| Material for this task |
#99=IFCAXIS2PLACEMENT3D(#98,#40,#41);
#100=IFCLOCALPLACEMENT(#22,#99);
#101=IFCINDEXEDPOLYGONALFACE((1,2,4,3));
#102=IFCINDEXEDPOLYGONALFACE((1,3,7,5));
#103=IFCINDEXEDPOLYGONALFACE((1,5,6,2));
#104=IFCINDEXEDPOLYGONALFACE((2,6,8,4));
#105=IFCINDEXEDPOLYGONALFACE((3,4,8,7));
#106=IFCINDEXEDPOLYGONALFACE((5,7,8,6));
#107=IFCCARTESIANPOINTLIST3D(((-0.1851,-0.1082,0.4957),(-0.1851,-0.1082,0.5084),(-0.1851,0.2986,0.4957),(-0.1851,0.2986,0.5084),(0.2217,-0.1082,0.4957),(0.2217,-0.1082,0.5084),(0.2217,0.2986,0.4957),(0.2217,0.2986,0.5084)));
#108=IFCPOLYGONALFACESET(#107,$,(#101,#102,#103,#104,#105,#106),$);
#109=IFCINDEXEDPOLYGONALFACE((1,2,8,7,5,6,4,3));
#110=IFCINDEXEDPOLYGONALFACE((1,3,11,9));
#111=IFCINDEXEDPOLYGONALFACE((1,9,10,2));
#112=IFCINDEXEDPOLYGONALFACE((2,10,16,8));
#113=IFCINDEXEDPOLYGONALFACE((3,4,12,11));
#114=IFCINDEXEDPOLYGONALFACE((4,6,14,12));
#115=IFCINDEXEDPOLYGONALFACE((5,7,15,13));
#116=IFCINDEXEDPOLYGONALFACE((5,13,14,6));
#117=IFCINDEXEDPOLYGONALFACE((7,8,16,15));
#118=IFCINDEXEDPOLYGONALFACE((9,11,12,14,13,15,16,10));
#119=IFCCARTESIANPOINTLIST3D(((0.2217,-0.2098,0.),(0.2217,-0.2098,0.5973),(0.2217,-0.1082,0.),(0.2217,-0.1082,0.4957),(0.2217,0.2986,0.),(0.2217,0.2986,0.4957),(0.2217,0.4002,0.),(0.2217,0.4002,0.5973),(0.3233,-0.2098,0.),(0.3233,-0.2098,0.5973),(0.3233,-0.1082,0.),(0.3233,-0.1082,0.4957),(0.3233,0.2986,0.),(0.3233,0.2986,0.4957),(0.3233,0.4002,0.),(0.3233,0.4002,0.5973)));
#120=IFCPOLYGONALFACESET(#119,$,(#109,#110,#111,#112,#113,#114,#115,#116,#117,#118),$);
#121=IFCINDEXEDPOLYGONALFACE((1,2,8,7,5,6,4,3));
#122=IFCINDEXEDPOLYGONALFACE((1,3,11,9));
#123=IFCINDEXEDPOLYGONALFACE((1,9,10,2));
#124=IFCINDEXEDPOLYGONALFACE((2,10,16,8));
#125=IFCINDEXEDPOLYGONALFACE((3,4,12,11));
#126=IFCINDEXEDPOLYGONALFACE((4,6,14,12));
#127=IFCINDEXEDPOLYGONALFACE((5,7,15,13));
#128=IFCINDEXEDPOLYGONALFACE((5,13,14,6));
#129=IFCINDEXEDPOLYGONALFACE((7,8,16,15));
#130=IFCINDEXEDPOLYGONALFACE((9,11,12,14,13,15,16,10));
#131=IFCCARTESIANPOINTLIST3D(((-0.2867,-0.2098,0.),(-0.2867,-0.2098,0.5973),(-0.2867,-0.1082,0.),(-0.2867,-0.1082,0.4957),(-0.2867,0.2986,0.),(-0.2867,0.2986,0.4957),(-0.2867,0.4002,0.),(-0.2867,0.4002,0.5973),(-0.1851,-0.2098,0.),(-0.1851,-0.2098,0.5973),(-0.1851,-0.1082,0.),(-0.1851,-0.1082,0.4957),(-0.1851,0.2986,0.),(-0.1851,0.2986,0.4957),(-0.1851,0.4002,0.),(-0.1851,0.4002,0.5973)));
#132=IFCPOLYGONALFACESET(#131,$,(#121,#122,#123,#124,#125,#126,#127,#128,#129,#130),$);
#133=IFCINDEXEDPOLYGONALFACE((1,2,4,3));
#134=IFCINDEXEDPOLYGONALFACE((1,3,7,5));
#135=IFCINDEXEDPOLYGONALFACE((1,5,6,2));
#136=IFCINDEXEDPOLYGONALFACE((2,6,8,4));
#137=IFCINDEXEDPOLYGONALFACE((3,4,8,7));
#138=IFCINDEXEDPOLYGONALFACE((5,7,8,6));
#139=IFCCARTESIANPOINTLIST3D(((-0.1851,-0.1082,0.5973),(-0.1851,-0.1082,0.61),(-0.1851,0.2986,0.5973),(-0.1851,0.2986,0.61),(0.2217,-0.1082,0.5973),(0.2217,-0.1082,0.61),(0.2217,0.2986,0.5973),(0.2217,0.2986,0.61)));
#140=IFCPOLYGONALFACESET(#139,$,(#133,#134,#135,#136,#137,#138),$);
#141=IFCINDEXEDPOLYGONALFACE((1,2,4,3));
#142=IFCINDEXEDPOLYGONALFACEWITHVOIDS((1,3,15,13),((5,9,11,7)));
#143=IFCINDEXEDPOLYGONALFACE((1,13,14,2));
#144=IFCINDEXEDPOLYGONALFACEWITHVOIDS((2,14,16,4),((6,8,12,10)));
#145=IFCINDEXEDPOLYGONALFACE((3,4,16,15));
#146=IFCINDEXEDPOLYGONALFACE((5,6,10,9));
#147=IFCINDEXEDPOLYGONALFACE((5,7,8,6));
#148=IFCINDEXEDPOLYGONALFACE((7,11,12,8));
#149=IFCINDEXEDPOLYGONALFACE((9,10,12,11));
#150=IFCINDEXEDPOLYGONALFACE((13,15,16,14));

| Exercise directions |
Restate, word for word and without additions, every line from the top of the listing above through the line that contains "#111=IFCINDEXEDPOLYGONALFACE((1,9,10,2));".

| Answer box |
#99=IFCAXIS2PLACEMENT3D(#98,#40,#41);
#100=IFCLOCALPLACEMENT(#22,#99);
#101=IFCINDEXEDPOLYGONALFACE((1,2,4,3));
#102=IFCINDEXEDPOLYGONALFACE((1,3,7,5));
#103=IFCINDEXEDPOLYGONALFACE((1,5,6,2));
#104=IFCINDEXEDPOLYGONALFACE((2,6,8,4));
#105=IFCINDEXEDPOLYGONALFACE((3,4,8,7));
#106=IFCINDEXEDPOLYGONALFACE((5,7,8,6));
#107=IFCCARTESIANPOINTLIST3D(((-0.1851,-0.1082,0.4957),(-0.1851,-0.1082,0.5084),(-0.1851,0.2986,0.4957),(-0.1851,0.2986,0.5084),(0.2217,-0.1082,0.4957),(0.2217,-0.1082,0.5084),(0.2217,0.2986,0.4957),(0.2217,0.2986,0.5084)));
#108=IFCPOLYGONALFACESET(#107,$,(#101,#102,#103,#104,#105,#106),$);
#109=IFCINDEXEDPOLYGONALFACE((1,2,8,7,5,6,4,3));
#110=IFCINDEXEDPOLYGONALFACE((1,3,11,9));
#111=IFCINDEXEDPOLYGONALFACE((1,9,10,2));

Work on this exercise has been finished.